Para a análise de qualidade de panificação, o volume de grãos das três repetições de cada genótipo foi misturado e homogeneizado para obtenção de uma amostra composta. As amostras foram analisadas, para qualidade de panificação, no Laboratório de Cereais do Centro de Pesquisa em Alimentação da Universidade de Passo Fundo. As características viscoelásticas da farinha de trigo foram mensuradas em alveógrafo Chopin, modelo NG, conforme a AACC (1995), método no 54-30. Esse teste avalia a capacidade de absorção de água pelas proteínas formadoras de glúten e a capacidade de retenção do gás carbônico. Entre os parâmetros avaliados na alveografia, apenas a força de glúten (W) foi considerado para análise; esse caractere representa o trabalho mecânico necessário para expandir a massa até a ruptura e é expresso em 10-4 Joules. A concentração proteica dos grãos (CPG) foi determinada por espectrometria de infravermelho próximo (NIR), com aparelho Infratec Foss 1240, conforme o método nº 38-12 da AACC (1995). O volume de sedimentação na presença de SDS (dodecil sulfato de sódio) foi determinado de acordo com o método descrito por Peña & Amaya (1985). O rendimento de proteína (RP) foi obtido a partir da multiplicação do rendimento de grãos pela concentração proteica dos grãos, de acordo com a expressão: 𝑅𝑃=𝑅𝐺𝑘𝑔ℎ𝑎−1×𝐶𝑃𝐺(%).

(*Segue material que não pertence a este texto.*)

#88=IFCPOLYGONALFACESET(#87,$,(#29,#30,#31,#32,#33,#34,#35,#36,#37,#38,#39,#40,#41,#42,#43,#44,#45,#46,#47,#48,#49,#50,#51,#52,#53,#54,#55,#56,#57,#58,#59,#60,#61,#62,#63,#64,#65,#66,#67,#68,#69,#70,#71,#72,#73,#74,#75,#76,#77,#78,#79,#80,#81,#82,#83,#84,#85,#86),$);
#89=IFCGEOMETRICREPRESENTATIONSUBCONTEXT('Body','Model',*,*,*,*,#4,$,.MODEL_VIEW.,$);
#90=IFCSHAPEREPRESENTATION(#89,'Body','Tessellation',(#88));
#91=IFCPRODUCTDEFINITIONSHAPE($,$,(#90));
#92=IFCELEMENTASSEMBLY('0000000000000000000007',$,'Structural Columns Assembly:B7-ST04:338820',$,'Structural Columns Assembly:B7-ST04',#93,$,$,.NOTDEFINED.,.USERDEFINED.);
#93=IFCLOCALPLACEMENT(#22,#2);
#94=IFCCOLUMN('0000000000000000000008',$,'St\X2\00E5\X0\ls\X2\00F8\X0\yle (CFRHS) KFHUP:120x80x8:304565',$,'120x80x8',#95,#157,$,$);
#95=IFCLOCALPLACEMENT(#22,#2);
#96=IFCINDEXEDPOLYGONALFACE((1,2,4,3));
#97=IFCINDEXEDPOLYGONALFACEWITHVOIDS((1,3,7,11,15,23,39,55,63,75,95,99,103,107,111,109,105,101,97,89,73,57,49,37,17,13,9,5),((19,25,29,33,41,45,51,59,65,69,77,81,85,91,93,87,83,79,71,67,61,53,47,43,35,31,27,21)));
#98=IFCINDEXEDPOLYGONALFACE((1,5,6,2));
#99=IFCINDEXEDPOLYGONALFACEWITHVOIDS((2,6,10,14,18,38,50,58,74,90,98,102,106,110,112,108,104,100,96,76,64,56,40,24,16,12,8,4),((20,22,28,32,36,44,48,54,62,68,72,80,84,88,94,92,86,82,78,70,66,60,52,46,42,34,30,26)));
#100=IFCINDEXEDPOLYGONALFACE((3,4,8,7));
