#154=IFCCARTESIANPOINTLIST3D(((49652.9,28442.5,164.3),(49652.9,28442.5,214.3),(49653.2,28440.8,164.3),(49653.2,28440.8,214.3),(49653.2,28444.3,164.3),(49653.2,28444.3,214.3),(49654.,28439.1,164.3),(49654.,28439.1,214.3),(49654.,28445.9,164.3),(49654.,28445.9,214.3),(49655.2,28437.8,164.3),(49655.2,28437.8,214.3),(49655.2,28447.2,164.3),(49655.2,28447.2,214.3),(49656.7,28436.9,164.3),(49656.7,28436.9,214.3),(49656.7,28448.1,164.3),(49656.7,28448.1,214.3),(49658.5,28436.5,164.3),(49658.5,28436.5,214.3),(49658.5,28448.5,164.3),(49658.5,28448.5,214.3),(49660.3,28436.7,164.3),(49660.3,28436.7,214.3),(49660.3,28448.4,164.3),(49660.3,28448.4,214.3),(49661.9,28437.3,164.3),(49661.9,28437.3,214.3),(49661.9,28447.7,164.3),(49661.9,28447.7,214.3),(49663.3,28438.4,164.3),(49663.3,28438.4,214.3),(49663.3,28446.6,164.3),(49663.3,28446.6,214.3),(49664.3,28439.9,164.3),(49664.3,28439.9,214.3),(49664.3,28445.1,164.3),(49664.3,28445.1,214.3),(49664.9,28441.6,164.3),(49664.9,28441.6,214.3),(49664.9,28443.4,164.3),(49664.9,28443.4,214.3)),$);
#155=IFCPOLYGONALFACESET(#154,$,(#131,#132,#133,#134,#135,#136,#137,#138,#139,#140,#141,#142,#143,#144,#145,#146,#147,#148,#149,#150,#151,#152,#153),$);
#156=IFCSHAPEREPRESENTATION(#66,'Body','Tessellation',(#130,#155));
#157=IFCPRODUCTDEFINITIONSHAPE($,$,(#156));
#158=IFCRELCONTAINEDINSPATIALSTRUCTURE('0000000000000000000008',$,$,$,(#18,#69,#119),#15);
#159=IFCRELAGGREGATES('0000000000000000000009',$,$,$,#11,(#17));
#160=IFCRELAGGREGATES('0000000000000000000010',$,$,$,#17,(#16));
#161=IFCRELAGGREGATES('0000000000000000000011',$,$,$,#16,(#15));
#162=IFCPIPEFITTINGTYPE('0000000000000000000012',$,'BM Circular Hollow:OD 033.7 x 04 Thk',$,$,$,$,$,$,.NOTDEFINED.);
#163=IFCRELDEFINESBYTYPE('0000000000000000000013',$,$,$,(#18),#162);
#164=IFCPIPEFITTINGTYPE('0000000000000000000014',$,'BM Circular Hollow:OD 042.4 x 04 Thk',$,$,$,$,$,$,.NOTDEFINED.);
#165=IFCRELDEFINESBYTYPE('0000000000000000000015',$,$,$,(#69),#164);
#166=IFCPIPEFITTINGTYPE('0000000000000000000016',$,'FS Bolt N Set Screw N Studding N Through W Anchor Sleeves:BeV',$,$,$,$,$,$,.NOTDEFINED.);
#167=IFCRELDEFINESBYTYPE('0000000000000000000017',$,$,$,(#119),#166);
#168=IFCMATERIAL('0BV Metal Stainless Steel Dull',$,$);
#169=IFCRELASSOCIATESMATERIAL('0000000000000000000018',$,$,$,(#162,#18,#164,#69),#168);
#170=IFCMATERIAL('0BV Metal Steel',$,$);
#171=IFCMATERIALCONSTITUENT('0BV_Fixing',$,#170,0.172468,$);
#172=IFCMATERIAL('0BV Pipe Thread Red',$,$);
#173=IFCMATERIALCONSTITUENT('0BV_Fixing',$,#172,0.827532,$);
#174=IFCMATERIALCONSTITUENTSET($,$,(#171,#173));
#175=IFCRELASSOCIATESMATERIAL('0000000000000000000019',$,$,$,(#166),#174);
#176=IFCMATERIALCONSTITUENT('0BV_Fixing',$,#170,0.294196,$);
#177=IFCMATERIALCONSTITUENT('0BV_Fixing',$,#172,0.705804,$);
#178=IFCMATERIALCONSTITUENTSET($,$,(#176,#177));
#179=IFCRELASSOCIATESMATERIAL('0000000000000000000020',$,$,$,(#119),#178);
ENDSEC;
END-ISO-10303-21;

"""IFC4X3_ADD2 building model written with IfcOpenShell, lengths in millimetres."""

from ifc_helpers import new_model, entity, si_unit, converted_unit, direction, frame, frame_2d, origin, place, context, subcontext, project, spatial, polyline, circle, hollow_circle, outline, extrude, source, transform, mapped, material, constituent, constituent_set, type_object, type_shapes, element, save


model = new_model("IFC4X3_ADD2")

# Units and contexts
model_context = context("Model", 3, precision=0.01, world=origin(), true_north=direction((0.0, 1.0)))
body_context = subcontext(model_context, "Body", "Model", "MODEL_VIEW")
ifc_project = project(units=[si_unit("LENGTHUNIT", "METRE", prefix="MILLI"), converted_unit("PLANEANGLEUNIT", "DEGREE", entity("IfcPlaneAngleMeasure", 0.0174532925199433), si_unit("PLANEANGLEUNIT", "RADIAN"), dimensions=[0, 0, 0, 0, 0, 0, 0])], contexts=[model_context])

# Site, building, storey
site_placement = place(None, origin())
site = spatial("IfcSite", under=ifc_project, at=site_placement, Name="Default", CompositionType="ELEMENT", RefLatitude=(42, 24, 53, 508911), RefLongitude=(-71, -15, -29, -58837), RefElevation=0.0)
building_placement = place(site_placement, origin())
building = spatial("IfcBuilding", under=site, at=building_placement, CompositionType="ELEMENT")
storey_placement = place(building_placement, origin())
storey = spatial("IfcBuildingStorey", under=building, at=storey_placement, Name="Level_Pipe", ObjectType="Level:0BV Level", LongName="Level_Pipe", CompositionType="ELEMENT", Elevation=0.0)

Por causa da prática usual de descarte de linhagens inferiores, e adição de novas nos anos seguintes, grupos diferentes de genótipos foram avaliados em 2010 e 2011. Dessa forma, fez-se necessário analisar individualmente os dados de cada ano.

A análise AMMI1(Additive Main Effects and Multiplicative Interaction) foi utilizada para estimar a contribuição relativa dos efeitos principais de ambiente, genótipo e da interação genótipo × ambiente. Essa análise considera somente o primeiro eixo de cada componente principal (CP1) e o rendimento de cada genótipo, em cada ambiente (Yij ), e foi obtida pela equação: 𝑌𝑖𝑗= 𝑌𝑖+ (𝐼𝑃𝐶𝐴1)𝑖(𝐼𝑃𝐶𝐴1)𝑗, em que Yi é a média do genótipo em todos os ambientes; IPCA1i é a pontuação do genótipo i no primeiro eixo principal da interação (𝐼𝑃𝐶𝐴1), estimado pela análise de componentes principais; IPCA1j é a pontuação do ambiente j, sobre o mesmo eixo (𝐼𝑃𝐶𝐴1). Desta forma, o rendimento de cada genótipo em cada ambiente (Yij ), é representado como uma função linear simples da pontuação ambiental (𝐼𝑃𝐶𝐴1)𝑗, isto é, uma equação reta de intercepção (IPCA1)i (Camargo-Buitrago et al., 2011).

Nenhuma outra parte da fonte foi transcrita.